Of course she wants to leave you now that she has seen what a coward you are.
Sister Ursula tilts her head back, as if the tears burning in her eyes will roll back into her skull and she can keep from shedding them that way. “Is that what you want?” she asks, trying to keep her voice light.
“No, but what else is there to do?”
“You could come with me to my convent. We always need farmers to work the convent’s lands.
I am sure one of the families might take you in.
Or you might help us in other ways. You might work in our gardens, or do laundry, or any number of tasks.
” She realizes she is pleading, but what does it matter?
Pride is a sin, and even if it wasn’t, she’d gladly grovel to keep Elsebeth with her.
But Elsebeth, always pragmatic, asks, “What nunnery would let a Calvinist like me stay with them? And I won’t convert, Ursula, not even for you. That would be a lie, and that I cannot abide.”
“I would never ask that of you. I just want… Without you, I can’t…
” She makes a soft choking sound, feels for her rosary, presses the beads hard against her fingertips to ground herself.
She takes a deep breath and says in a voice a little less tear choked, a little more reasonable, “There is still time to think about it; we will be traveling together for some days more even if you decide to go to your aunt. And you can stay at the convent for a while, too, if you wish, before you decide. Unless, of course, you can’t bear the sight of me anymore. ”
Elsebeth looks at her, a frown thick between her brows as if carved there with a knife. “Why would I not be able to bear the sight of you? Because you wet yourself? Those things happen. You aren’t the first, and you won’t be the last.”
“No, not because of that.” She takes another deep breath, feels it hitch in her chest as it gets caught on all those feelings tangled there.
“I gave him that skull, Elsebeth!” she bursts out.

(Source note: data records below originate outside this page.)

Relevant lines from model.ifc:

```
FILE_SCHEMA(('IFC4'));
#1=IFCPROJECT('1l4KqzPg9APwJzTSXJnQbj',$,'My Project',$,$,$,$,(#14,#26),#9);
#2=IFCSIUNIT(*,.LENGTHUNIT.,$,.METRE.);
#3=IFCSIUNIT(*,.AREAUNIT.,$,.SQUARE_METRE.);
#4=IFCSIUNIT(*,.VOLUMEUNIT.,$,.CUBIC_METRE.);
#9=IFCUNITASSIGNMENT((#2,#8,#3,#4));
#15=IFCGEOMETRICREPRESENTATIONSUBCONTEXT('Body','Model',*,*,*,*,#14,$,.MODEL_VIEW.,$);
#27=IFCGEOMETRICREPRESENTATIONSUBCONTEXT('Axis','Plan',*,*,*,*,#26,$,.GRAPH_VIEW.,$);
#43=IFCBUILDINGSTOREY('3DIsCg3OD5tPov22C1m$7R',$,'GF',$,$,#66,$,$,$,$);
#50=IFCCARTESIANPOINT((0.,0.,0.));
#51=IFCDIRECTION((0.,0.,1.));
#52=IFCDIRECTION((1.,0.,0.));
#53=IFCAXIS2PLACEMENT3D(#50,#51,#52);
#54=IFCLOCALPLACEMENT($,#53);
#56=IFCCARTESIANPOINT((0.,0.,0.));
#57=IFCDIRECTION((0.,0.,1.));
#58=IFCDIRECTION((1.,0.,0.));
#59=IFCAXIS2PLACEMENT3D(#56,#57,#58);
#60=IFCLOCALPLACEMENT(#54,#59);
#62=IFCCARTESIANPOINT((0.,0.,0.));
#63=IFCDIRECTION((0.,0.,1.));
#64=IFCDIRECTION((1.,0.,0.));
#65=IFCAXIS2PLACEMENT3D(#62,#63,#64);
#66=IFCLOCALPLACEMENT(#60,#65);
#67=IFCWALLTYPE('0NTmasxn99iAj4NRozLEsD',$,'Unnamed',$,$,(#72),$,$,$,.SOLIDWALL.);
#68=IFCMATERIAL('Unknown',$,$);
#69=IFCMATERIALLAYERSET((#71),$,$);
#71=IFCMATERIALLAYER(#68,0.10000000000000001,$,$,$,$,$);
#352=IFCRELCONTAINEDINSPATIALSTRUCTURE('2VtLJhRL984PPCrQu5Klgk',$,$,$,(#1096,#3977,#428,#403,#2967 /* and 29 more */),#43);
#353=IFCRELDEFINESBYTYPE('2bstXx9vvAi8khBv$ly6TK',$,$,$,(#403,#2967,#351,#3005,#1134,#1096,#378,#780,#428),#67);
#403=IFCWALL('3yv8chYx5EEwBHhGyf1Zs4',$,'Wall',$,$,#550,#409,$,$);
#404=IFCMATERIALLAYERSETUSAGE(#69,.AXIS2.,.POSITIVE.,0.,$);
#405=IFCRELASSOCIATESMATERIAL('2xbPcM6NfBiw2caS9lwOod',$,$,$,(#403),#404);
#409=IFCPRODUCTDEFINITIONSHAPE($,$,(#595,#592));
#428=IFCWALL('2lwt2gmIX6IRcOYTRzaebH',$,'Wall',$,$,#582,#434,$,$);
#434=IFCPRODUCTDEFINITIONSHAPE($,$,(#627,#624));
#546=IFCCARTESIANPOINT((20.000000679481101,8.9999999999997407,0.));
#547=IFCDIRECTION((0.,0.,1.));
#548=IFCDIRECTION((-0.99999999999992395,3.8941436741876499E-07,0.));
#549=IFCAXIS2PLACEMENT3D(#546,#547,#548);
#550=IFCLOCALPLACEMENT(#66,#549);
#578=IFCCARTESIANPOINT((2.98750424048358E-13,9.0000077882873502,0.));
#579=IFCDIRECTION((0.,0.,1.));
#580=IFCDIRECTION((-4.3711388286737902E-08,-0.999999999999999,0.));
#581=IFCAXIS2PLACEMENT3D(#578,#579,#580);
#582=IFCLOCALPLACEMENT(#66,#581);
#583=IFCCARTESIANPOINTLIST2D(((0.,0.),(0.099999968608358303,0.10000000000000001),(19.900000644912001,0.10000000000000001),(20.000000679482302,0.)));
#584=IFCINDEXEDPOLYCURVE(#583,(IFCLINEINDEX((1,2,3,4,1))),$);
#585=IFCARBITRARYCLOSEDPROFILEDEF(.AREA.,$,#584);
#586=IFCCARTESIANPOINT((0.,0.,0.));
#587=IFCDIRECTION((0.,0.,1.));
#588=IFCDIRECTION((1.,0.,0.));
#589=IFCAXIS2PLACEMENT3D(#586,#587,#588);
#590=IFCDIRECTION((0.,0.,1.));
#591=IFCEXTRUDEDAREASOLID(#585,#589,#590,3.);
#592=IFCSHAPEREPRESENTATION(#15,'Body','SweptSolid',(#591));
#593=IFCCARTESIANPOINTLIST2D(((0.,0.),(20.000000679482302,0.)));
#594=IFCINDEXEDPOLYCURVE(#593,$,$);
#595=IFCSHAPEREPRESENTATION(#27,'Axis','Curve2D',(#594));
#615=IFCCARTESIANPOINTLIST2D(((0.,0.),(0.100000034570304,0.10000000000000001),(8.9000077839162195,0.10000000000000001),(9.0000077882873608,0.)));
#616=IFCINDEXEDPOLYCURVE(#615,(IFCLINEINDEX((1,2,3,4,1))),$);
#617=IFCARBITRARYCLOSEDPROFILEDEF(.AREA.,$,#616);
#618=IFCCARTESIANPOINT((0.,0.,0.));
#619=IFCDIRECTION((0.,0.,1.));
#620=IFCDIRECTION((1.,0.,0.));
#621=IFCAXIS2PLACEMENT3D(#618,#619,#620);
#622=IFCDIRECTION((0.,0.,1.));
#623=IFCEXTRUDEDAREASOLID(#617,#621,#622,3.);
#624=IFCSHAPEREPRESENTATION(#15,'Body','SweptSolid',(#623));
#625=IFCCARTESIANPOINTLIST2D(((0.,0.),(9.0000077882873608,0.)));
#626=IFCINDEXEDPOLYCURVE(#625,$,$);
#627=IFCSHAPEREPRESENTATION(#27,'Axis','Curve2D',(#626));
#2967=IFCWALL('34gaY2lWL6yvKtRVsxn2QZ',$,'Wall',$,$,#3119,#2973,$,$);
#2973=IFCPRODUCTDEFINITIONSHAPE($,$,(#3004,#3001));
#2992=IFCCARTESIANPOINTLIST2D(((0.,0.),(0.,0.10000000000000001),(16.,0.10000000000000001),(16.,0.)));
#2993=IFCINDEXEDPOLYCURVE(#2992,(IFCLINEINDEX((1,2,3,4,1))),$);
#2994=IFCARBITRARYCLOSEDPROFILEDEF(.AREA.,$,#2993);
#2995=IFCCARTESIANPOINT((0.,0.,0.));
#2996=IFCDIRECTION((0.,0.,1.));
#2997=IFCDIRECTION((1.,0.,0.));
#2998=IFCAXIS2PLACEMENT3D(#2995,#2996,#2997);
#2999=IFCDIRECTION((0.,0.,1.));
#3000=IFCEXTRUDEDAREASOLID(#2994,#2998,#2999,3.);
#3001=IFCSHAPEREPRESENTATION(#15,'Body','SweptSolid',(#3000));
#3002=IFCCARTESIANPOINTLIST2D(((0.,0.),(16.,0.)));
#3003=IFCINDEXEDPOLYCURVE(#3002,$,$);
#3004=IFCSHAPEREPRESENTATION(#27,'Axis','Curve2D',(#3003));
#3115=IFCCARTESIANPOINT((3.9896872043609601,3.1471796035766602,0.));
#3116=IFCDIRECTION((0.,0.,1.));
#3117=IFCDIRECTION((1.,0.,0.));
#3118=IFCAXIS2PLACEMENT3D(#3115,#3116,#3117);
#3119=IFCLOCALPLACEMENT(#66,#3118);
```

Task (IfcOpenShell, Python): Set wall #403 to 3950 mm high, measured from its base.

```python
import ifcopenshell
import ifcopenshell.geom
import ifcopenshell.util.representation
import ifcopenshell.util.shape

model = ifcopenshell.open("model.ifc")
settings = ifcopenshell.geom.settings()


def volume(element):
    """Net volume in cubic metres, openings subtracted."""
    shape = ifcopenshell.geom.create_shape(settings, element)
    return ifcopenshell.util.shape.get_volume(shape.geometry)


wall = model.by_guid("3yv8chYx5EEwBHhGyf1Zs4")
before = volume(wall)

body = ifcopenshell.util.representation.get_representation(wall, "Model", "Body")
solid = body.Items[0]
old_height = solid.Depth
solid.Depth = 3.95
after = volume(wall)

print(f"height {old_height:g} -> {solid.Depth:g}, volume {before:.3f} -> {after:.3f} m3")

model.write("model_rev.ifc")
```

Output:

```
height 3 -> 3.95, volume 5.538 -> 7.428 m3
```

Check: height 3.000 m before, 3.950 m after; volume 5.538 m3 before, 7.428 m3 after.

“I didn’t resist; I just gave it to him.
I should’ve fought, I should’ve done something, anything but bend so easily to his will, and now all is lost, and I… ”
Elsebeth picks at one of her blisters. “Methinks it was a clever thing that you did, not a cowardly one. You may call my big mouth bravery all you want, but if I’d had my way, we would have gotten killed and much worse besides, and for what?

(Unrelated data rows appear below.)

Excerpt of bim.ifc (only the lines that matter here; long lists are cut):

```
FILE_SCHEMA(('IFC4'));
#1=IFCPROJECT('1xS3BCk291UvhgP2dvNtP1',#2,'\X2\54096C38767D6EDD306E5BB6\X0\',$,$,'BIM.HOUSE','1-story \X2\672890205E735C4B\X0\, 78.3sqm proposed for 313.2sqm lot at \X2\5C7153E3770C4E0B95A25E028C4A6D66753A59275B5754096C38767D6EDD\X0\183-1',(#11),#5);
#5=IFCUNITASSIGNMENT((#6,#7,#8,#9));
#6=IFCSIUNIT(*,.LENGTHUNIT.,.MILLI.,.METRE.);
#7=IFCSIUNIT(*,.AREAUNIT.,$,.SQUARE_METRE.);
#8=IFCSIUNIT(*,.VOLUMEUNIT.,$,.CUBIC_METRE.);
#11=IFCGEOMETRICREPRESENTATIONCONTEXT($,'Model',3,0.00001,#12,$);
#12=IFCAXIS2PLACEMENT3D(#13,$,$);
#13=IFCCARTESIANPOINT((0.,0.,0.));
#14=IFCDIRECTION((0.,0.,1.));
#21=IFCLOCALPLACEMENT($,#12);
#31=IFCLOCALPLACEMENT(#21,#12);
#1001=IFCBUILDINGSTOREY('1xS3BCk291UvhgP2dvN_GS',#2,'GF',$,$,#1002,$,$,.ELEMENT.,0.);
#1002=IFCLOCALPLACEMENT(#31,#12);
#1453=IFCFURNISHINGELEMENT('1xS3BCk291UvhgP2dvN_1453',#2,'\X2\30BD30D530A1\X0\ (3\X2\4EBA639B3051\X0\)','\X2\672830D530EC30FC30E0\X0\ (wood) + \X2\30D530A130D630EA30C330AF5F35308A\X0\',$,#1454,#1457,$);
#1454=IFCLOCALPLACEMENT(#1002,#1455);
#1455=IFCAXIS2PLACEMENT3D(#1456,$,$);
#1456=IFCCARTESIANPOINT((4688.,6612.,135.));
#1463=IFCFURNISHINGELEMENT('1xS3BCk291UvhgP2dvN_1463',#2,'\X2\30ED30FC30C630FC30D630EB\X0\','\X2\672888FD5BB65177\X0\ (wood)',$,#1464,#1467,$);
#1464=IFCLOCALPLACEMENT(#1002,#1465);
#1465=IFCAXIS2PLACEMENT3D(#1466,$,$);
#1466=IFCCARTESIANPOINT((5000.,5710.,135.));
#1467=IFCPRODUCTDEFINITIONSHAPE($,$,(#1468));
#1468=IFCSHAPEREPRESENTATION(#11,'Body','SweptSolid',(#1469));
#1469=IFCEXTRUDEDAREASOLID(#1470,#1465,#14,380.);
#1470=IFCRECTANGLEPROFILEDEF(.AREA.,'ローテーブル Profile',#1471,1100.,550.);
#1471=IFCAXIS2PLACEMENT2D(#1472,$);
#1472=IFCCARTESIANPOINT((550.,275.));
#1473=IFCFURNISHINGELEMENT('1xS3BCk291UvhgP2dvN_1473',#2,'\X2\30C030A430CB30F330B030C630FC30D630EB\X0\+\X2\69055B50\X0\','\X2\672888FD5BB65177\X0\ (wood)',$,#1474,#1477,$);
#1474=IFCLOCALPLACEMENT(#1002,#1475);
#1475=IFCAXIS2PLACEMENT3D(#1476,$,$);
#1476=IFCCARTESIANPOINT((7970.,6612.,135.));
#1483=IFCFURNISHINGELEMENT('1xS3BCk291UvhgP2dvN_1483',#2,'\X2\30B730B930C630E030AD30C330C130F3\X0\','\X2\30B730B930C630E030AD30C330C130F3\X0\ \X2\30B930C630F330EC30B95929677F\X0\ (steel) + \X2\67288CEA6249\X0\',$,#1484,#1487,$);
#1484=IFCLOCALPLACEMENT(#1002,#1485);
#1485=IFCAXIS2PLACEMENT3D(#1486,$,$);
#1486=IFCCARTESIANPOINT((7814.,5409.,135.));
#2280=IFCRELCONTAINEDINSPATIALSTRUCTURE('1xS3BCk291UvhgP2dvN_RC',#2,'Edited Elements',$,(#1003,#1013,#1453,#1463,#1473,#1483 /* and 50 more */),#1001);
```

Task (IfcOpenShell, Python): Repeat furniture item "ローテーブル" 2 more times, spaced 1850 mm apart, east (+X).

```python
import numpy as np
import ifcopenshell
import ifcopenshell.api.geometry
import ifcopenshell.api.root
import ifcopenshell.util.element
import ifcopenshell.util.placement
import ifcopenshell.util.unit

model = ifcopenshell.open("bim.ifc")
unit_scale = ifcopenshell.util.unit.calculate_unit_scale(model)


def reuse_history(source, copy):
    """copy_class also copies each property set's owner history, people and application; keep the originals."""
    for rel in copy.IsDefinedBy:
        if rel.is_a("IfcRelDefinesByProperties") and (history := rel.RelatingPropertyDefinition.OwnerHistory):
            rel.RelatingPropertyDefinition.OwnerHistory = source.OwnerHistory
            ifcopenshell.util.element.remove_deep2(model, history)


source = model.by_guid("1xS3BCk291UvhgP2dvN_1463")
base = ifcopenshell.util.placement.get_local_placement(source.ObjectPlacement)
step = np.array([1.0, 0.0, 0.0]) * 1.85 / unit_scale

for i in range(1, 3):
    copy = ifcopenshell.api.root.copy_class(model, product=source)
    copy.Representation = ifcopenshell.util.element.copy_deep(
        model, source.Representation, exclude=["IfcGeometricRepresentationContext", "IfcRepresentationMap"]
    )
    reuse_history(source, copy)
    matrix = base.copy()
    matrix[:3, 3] += i * step
    print("added at", matrix[:3, 3].round(3) + 0.0)
    ifcopenshell.api.geometry.edit_object_placement(model, product=copy, matrix=matrix, is_si=False)

model.write("bim_v2.ifc")
```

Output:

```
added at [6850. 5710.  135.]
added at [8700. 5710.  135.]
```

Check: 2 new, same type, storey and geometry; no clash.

That necromancer would still have gotten the skull then.
Sometimes, fear is a good thing. It keeps you alive. ”
Sister Ursula shakes her head wildly. “No, no! We need that skull, Elsebeth! How else will you wish for your family back? How else will I end poor dead Sister Hildegard’s suffering in purgatory and finally rid myself of all this guilt and shame?
How will I ensure my living sisters will be well?

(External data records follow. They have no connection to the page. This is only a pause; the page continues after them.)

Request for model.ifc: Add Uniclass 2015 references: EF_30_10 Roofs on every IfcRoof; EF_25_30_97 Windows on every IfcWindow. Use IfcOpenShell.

First a look at what the model holds.

```python
import ifcopenshell

model = ifcopenshell.open("model.ifc")
print(model.schema)
print("classifications:", [c.Name for c in model.by_type("IfcClassification")])
for ifc_class in ("IfcDoor", "IfcRoof", "IfcStair", "IfcWall", "IfcWindow"):
    print(ifc_class, len(model.by_type(ifc_class)))
```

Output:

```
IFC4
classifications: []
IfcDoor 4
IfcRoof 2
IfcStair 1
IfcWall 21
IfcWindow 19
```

```python
import ifcopenshell
import ifcopenshell.api.classification

model = ifcopenshell.open("model.ifc")

system = ifcopenshell.api.classification.add_classification(model, classification="Uniclass 2015")

codes = {
    "IfcRoof": ("EF_30_10", "Roofs"),
    "IfcWindow": ("EF_25_30_97", "Windows"),
}
for ifc_class, (code, name) in codes.items():
    products = model.by_type(ifc_class)
    ifcopenshell.api.classification.add_reference(
        model, products=products, classification=system, identification=code, name=name
    )
    print(code, len(products))

model.write("model-out.ifc")
```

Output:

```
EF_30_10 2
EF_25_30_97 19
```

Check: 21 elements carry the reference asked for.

” Her tears fall into the water, which streams too fast for the surface to be much disturbed by it.
“Ursula—” Elsebeth begins, but Sister Ursula won’t let her go on.
“A poor Ursula I am! When the Huns besieged Cologne, a prince fell in love with sweet Saint Ursula. This Hun promised her she would be spared if only she’d marry him, but rather than submit to such heathen lust, she defied him and was martyred.
She was less than half my age. But what do I do when things get frightening?
I freeze, and I buckle, and I piss myself like an infant!
” She thrusts her hands into the wet sand and balls them into fists; the feel of the grains scraping against her skin helps to ground her a little.
“And what did Saint Ursula get for her trouble? Her head got cut off, that’s what.”
“Actually, she was pierced through with an arrow. The manner of her death matters little, though. What matters is that she became a saint and thus an example for us all. I dishonor her name. No matter that it was Satan himself who came to call on us; I should have stood up to him precisely because he was the devil. There are stories all over of common peasants who trick him, who outsmart him, who stand up to him, but I, a bride of Christ—”
Elsebeth says, “That wasn’t Satan, Ursula, but a necromancer aided by a mercenary.”
Sister Ursula turns to her in surprise. “A necromancer?”
“A sort of sorcerer who raises the dead.”
“I know what a necromancer is, Elsebeth, but why do you believe that creature who took the skull from us is one? Surely Satan can make the dead rise and, in that way, mock the miracle of resurrection?”